# Hi Everybody - Newbie intro



## ahpeterson

I just found this forum online and am looking forward to reading more. I have just started writing again after 20+ years. I am focusing on experimenting with classical orchestration and electronic sounds. I have some pieces online that I would appreciate feedback on. I am looking forward to hearing everybody's work as I catch up in the forum! I use a variety of tools - Sonar X1 PE, Garritan Personal Orchestra, NI Massive and Kontakt, and all the CW vsti's.


__
https://soundcloud.com/arvid-peterson%2Fsets


__
https://soundcloud.com/arvid-peterson%2Fsets

This looks like a great forum and am looking forward to it.

Thanks and Cheers,
Arvid


----------



## ahpeterson

Oh... I am VERY rusty and am pushing myself to attempt things I have never done before like orchestral percussion. Sorry some of it is so rough.


----------



## neoshredder

Welcome to the forum. Do you like Ligeti?


----------



## Crudblud

Welcome! If you're interested, we currently have a friendly composition competition running. See this thread.

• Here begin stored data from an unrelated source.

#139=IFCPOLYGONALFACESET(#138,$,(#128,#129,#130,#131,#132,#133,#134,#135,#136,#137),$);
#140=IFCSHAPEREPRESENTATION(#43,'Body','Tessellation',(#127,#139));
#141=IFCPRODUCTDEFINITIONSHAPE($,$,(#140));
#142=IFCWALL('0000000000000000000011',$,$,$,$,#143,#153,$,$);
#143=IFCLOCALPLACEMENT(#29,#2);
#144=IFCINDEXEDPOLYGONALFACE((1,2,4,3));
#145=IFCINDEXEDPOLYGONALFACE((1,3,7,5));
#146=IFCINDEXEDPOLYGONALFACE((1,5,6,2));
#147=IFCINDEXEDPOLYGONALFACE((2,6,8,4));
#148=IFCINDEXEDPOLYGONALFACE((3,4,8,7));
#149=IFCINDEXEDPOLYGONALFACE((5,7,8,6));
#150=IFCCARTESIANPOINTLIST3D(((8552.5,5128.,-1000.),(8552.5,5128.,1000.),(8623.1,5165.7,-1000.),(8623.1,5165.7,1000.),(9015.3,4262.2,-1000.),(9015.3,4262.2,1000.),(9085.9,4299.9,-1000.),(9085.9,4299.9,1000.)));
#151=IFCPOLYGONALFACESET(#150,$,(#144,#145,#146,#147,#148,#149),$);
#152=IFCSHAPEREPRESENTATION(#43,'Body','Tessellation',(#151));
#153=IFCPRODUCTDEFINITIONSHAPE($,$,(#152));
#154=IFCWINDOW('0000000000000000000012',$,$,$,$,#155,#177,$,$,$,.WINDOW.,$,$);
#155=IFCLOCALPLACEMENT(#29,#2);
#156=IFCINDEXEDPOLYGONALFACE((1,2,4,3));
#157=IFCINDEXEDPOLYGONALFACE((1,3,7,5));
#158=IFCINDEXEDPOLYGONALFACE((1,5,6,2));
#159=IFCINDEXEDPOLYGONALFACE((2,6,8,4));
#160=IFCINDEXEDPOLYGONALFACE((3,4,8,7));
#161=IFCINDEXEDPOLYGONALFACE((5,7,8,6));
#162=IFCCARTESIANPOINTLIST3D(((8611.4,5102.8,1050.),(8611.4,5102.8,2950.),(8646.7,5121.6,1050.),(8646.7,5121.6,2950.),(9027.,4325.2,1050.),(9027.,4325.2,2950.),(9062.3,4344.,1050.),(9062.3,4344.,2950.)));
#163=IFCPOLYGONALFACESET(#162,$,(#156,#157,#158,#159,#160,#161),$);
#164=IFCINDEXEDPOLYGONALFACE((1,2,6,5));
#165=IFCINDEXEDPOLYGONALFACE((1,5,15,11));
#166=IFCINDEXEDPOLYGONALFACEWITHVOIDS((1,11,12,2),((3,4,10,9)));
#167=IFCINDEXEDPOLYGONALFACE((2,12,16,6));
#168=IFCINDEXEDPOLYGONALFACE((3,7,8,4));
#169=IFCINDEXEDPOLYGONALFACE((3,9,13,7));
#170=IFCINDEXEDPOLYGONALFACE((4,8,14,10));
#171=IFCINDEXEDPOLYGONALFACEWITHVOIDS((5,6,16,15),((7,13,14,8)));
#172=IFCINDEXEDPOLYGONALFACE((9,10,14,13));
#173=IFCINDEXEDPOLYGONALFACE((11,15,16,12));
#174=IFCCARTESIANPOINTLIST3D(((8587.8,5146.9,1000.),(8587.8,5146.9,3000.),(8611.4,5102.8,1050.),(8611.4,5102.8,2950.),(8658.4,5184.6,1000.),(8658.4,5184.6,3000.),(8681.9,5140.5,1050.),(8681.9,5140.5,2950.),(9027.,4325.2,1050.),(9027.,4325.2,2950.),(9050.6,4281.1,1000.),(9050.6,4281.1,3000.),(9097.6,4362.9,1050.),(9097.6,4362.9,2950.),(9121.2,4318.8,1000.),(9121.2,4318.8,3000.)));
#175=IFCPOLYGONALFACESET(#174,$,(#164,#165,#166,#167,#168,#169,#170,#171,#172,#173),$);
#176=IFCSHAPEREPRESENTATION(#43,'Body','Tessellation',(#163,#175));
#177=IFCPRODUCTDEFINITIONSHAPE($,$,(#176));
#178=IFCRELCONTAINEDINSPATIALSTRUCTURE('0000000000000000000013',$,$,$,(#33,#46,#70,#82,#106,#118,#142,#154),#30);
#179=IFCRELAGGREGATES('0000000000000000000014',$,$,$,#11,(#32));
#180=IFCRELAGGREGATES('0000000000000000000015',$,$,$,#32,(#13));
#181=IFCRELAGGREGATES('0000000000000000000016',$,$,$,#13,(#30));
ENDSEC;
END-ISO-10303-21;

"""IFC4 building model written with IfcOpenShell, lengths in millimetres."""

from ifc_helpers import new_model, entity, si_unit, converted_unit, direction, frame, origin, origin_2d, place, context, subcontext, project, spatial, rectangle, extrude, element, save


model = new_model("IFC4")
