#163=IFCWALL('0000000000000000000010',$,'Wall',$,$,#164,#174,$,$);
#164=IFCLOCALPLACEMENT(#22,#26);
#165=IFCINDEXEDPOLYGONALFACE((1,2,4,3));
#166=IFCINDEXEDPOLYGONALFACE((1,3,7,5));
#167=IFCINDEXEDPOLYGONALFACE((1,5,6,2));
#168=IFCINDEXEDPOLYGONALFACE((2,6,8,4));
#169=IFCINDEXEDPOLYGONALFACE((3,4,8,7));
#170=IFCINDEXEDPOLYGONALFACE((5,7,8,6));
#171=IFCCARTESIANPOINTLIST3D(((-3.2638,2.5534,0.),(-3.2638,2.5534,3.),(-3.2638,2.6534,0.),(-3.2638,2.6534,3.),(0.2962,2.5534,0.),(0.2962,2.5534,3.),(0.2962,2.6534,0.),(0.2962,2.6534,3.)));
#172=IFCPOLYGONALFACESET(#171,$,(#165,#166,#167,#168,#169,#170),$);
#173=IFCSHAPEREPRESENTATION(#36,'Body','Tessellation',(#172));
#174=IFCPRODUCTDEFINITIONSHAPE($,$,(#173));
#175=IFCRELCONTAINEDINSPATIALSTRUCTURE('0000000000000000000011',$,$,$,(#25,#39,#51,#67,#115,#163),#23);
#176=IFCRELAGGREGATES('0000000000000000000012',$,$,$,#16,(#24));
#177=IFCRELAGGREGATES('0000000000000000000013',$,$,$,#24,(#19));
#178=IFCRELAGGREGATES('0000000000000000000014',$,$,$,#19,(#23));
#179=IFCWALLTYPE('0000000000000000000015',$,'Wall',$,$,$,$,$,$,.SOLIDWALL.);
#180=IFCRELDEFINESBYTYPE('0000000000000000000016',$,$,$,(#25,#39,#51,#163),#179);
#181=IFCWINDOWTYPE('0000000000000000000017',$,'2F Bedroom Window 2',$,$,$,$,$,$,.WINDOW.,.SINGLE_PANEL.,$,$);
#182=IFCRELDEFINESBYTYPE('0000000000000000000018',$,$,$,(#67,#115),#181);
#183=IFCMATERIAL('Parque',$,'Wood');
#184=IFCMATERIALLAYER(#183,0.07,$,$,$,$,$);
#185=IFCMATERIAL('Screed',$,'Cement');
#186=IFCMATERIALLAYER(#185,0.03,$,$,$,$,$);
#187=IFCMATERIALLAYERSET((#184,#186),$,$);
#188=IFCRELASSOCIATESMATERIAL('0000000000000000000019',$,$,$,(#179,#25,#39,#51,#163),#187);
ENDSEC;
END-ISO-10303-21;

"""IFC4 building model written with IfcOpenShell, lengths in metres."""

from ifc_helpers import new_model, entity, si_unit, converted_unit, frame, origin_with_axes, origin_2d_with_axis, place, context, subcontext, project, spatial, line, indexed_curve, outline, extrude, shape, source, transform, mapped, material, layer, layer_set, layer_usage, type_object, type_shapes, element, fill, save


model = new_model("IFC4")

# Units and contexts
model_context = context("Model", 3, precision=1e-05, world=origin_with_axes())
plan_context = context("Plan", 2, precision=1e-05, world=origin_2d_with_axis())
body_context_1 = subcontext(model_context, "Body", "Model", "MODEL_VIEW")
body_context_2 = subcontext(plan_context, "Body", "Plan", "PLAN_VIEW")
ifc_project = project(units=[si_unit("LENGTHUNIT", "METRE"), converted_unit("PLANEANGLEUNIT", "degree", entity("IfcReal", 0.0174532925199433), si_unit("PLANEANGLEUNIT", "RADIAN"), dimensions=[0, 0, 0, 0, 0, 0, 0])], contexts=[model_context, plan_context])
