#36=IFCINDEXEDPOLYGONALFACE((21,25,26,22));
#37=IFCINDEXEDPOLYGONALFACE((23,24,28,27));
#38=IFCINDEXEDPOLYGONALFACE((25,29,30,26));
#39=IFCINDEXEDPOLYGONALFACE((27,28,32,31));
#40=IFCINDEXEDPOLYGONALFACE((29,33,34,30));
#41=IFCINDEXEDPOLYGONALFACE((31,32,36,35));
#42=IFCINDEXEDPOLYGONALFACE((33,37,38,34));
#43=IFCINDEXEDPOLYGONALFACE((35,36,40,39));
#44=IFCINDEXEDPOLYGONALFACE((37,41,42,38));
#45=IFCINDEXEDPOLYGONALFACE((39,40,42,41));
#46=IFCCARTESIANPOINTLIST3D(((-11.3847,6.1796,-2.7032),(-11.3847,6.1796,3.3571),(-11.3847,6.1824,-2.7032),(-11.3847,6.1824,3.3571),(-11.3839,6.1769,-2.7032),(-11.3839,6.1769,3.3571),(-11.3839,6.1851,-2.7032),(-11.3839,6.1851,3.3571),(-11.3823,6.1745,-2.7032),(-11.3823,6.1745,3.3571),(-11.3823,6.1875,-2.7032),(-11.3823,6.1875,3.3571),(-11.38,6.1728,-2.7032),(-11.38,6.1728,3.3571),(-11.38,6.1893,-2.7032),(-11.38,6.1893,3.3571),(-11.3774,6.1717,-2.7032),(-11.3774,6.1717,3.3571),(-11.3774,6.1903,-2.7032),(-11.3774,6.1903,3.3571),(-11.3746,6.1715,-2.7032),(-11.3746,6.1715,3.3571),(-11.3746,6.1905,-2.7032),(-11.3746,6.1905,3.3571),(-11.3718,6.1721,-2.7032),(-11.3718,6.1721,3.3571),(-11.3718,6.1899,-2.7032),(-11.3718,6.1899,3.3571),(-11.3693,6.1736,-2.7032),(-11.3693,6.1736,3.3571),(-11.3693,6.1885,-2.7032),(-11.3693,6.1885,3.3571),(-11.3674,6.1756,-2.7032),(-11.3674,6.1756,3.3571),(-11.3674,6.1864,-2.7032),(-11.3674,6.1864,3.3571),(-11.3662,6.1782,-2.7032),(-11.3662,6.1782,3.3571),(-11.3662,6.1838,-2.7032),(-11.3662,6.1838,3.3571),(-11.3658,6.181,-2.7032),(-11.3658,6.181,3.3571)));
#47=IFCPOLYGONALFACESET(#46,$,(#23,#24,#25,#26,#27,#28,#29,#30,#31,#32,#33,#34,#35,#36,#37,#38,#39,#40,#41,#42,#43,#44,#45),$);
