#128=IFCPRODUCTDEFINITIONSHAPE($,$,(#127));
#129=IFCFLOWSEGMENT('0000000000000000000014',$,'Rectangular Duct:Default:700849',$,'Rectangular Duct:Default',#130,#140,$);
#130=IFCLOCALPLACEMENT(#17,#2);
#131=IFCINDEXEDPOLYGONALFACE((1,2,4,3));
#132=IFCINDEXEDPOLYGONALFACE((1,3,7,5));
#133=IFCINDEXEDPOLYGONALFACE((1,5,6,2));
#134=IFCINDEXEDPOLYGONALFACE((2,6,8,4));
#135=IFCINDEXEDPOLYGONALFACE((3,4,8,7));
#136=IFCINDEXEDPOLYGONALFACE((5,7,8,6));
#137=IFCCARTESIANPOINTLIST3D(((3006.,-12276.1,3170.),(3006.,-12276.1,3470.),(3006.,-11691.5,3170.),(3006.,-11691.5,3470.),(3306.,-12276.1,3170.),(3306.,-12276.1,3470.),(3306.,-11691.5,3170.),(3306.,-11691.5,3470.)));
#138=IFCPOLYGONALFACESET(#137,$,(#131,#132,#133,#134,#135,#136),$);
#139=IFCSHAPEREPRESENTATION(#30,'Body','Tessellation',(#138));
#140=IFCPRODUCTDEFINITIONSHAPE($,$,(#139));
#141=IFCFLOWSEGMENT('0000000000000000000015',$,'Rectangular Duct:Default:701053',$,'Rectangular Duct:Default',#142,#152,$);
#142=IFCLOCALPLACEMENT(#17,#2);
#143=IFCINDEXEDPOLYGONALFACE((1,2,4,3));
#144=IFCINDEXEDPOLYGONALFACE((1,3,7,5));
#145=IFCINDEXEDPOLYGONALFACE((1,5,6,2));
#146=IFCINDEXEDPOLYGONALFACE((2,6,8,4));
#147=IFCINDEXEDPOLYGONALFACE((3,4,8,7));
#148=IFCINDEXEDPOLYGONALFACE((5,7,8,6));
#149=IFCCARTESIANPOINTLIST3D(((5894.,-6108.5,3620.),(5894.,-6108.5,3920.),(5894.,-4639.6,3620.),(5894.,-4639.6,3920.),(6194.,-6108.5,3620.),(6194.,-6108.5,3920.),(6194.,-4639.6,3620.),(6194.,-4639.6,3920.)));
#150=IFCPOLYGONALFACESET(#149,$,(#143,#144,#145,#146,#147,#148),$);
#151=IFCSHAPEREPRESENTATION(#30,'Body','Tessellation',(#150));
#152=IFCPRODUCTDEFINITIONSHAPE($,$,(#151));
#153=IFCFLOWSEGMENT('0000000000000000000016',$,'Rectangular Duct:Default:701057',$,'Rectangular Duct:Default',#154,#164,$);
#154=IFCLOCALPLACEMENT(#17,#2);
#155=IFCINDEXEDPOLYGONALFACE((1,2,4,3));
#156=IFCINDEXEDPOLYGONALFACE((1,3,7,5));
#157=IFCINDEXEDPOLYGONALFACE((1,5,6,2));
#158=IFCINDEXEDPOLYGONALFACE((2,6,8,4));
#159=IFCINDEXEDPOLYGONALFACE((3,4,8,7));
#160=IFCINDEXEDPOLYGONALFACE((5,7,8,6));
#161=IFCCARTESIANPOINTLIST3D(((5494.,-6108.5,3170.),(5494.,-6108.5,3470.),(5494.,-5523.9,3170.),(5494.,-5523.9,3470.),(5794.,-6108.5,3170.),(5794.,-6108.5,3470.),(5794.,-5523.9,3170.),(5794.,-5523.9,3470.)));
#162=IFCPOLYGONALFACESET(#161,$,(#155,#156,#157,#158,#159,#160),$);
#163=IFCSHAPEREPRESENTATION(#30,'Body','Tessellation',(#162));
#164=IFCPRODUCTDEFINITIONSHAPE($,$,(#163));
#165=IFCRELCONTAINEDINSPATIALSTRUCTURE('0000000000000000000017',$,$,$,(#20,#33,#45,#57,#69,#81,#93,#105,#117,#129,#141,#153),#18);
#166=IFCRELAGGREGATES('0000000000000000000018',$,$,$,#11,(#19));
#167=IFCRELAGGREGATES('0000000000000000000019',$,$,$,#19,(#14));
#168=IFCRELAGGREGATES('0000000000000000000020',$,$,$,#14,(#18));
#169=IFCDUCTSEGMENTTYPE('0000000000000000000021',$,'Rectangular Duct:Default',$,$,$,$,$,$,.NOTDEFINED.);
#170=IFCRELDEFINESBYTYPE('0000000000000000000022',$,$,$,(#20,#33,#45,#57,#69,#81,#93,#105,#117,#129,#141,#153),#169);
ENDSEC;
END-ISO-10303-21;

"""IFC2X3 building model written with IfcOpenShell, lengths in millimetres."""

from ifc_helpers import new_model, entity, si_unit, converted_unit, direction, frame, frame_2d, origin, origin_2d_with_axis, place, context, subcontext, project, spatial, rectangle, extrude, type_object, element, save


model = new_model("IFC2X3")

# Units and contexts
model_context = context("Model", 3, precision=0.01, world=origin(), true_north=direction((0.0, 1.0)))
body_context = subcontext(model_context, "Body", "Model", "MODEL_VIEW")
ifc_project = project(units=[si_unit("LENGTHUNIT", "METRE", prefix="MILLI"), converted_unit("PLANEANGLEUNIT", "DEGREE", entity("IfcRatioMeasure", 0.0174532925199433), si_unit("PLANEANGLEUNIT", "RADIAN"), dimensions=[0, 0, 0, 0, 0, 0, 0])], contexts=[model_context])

I couldn't follow much of the "film" stuff because the mix is so weird. The quieter parts get lost in a sea of brass crescendos and timpani. I'd suggest going back and reworking the production specifically with a view to making it easier to pick out each instrument, because at the moment everything's coming at once in a sort of single-file onslaught. It's a bit much.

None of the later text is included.